Task requirements | In the data below, how many lines contain the word "IFCLOCALPLACEMENT"? Answer with the number alone.

Input for this task |
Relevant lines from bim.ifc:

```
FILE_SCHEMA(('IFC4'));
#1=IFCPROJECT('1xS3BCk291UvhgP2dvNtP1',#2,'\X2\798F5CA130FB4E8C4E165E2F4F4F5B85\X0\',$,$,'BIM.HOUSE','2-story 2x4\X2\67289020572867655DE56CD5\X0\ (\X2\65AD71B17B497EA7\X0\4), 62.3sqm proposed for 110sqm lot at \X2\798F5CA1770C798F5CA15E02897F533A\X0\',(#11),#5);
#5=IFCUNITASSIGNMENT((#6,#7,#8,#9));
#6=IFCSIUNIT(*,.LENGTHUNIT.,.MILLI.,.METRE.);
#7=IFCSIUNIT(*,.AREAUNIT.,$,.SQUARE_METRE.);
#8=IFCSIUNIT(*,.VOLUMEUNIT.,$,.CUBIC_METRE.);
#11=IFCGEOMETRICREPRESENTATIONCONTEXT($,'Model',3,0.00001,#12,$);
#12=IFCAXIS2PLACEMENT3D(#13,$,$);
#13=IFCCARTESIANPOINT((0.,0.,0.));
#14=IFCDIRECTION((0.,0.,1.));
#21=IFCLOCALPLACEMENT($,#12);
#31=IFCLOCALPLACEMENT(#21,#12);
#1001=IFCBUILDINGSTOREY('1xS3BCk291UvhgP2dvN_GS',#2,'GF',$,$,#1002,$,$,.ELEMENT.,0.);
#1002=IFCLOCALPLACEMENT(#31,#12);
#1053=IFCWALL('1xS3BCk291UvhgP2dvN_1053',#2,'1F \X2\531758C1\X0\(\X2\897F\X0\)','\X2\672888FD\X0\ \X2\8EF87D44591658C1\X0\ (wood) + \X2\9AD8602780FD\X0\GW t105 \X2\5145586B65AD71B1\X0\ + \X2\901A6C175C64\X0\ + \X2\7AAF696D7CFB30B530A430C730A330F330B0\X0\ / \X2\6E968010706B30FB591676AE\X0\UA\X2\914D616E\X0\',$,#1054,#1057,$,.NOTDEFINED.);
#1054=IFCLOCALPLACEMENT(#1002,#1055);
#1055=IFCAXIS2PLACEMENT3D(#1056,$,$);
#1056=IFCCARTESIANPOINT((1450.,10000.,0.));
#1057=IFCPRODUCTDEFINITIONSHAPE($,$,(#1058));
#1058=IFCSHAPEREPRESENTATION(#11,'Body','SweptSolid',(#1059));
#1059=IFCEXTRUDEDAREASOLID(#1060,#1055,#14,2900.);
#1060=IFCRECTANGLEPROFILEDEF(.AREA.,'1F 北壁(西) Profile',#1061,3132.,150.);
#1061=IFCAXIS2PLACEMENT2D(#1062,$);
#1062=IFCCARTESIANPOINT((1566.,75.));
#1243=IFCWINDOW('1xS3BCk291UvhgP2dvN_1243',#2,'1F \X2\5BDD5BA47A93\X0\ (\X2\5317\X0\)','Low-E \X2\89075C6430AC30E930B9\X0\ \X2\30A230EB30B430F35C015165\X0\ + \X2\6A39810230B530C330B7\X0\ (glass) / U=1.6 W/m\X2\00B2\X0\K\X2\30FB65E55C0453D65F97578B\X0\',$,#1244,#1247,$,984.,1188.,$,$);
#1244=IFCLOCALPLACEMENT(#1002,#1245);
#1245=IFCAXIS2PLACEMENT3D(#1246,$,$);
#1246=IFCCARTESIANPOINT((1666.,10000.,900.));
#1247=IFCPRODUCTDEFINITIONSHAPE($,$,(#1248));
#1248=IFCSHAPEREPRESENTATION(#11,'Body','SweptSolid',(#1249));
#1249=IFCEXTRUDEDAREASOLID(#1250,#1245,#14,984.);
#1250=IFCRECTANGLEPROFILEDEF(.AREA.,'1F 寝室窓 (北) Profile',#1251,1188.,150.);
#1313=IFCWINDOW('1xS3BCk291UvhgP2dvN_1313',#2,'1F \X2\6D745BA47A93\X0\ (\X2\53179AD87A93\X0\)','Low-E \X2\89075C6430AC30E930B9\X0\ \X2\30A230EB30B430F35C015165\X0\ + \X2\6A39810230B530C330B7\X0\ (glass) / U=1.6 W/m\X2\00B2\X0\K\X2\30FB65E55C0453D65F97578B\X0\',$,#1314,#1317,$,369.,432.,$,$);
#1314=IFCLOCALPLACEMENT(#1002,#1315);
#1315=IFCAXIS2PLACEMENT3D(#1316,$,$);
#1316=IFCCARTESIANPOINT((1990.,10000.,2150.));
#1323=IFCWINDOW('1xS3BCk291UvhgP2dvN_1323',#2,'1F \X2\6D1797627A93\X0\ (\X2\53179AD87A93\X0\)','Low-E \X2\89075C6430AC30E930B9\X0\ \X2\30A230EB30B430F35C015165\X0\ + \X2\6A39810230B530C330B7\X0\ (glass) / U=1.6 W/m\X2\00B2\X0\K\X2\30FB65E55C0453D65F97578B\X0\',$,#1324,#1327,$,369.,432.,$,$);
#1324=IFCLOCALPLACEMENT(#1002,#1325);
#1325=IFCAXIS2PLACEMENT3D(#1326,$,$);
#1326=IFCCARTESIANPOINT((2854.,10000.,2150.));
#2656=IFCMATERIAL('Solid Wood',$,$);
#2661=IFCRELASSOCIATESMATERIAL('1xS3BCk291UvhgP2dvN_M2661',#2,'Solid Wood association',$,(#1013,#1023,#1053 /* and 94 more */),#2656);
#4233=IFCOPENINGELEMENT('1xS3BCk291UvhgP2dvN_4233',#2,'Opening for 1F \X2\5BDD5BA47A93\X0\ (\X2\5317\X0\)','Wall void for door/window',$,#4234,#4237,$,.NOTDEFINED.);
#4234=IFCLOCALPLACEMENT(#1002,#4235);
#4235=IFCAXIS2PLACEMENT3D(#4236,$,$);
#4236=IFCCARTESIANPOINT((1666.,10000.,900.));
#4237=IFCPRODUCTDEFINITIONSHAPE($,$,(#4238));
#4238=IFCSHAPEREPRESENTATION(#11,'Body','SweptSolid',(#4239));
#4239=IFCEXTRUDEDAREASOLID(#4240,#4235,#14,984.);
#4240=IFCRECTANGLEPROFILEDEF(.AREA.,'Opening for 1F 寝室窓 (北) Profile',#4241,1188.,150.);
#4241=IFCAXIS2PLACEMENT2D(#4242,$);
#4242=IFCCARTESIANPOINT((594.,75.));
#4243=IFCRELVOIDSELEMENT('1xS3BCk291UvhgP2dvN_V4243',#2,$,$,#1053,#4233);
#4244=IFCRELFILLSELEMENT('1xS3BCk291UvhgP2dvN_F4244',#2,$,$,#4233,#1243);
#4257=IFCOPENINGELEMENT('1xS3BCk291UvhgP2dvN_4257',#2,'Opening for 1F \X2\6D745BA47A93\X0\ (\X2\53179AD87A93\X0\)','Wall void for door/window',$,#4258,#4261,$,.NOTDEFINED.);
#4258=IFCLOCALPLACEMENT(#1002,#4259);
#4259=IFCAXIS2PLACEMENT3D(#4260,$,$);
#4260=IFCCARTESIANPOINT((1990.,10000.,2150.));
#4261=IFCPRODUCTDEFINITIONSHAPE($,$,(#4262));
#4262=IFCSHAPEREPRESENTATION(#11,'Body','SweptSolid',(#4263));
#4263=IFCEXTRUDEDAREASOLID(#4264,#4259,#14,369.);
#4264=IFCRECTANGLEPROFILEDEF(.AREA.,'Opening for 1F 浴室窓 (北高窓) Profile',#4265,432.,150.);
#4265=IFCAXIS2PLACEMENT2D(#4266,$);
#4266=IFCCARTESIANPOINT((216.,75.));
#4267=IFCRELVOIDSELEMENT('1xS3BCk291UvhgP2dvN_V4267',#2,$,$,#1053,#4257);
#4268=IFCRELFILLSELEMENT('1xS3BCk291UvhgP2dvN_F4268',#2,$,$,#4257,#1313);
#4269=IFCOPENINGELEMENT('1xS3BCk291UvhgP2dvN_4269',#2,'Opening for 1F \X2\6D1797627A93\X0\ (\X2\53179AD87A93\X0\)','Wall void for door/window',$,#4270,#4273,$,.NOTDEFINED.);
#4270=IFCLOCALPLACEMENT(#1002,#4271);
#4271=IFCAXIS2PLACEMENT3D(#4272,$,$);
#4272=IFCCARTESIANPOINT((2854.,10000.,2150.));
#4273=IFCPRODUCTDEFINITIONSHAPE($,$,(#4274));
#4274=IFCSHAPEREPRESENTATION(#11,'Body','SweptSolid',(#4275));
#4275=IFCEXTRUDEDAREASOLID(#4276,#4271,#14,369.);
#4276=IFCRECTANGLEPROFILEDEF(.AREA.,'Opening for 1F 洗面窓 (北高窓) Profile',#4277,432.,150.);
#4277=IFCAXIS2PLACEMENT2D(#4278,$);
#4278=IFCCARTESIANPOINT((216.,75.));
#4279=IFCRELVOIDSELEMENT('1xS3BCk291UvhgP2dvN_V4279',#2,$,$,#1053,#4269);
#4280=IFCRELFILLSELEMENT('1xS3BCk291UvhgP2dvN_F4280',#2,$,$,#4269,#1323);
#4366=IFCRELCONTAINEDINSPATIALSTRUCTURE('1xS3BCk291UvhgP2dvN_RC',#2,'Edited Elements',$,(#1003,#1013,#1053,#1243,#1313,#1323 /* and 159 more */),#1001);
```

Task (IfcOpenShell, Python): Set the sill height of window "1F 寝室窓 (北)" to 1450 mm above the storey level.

```python
import numpy as np
import ifcopenshell
import ifcopenshell.api.geometry
import ifcopenshell.geom
import ifcopenshell.util.element
import ifcopenshell.util.placement
import ifcopenshell.util.shape
import ifcopenshell.util.unit

model = ifcopenshell.open("bim.ifc")
unit_scale = ifcopenshell.util.unit.calculate_unit_scale(model)

window = model.by_guid("1xS3BCk291UvhgP2dvN_1243")
opening = window.FillsVoids[0].RelatingOpeningElement
storey = ifcopenshell.util.element.get_container(window, ifc_class="IfcBuildingStorey")
level = ifcopenshell.util.placement.get_local_placement(storey.ObjectPlacement)[2, 3]

# The opening's origin need not be at the sill, so measure its lowest point.
shape = ifcopenshell.geom.create_shape(ifcopenshell.geom.settings(), opening)
bottom = ifcopenshell.util.shape.get_shape_bottom_elevation(shape, shape.geometry) / unit_scale
dz = level + 1450.0 - bottom

shift = np.array([0.0, 0.0, dz])
# The window is not placed relative to its opening, so move both.
for product in (opening, window):
    matrix = ifcopenshell.util.placement.get_local_placement(product.ObjectPlacement)
    matrix[:3, 3] += shift
    ifcopenshell.api.geometry.edit_object_placement(model, product=product, matrix=matrix, is_si=False)

print(f"moved by {dz * unit_scale:+.3f} m")

model.write("bim_updated.ifc")
```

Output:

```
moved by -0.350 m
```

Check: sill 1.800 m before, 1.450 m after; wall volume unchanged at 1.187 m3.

Exercise output | 10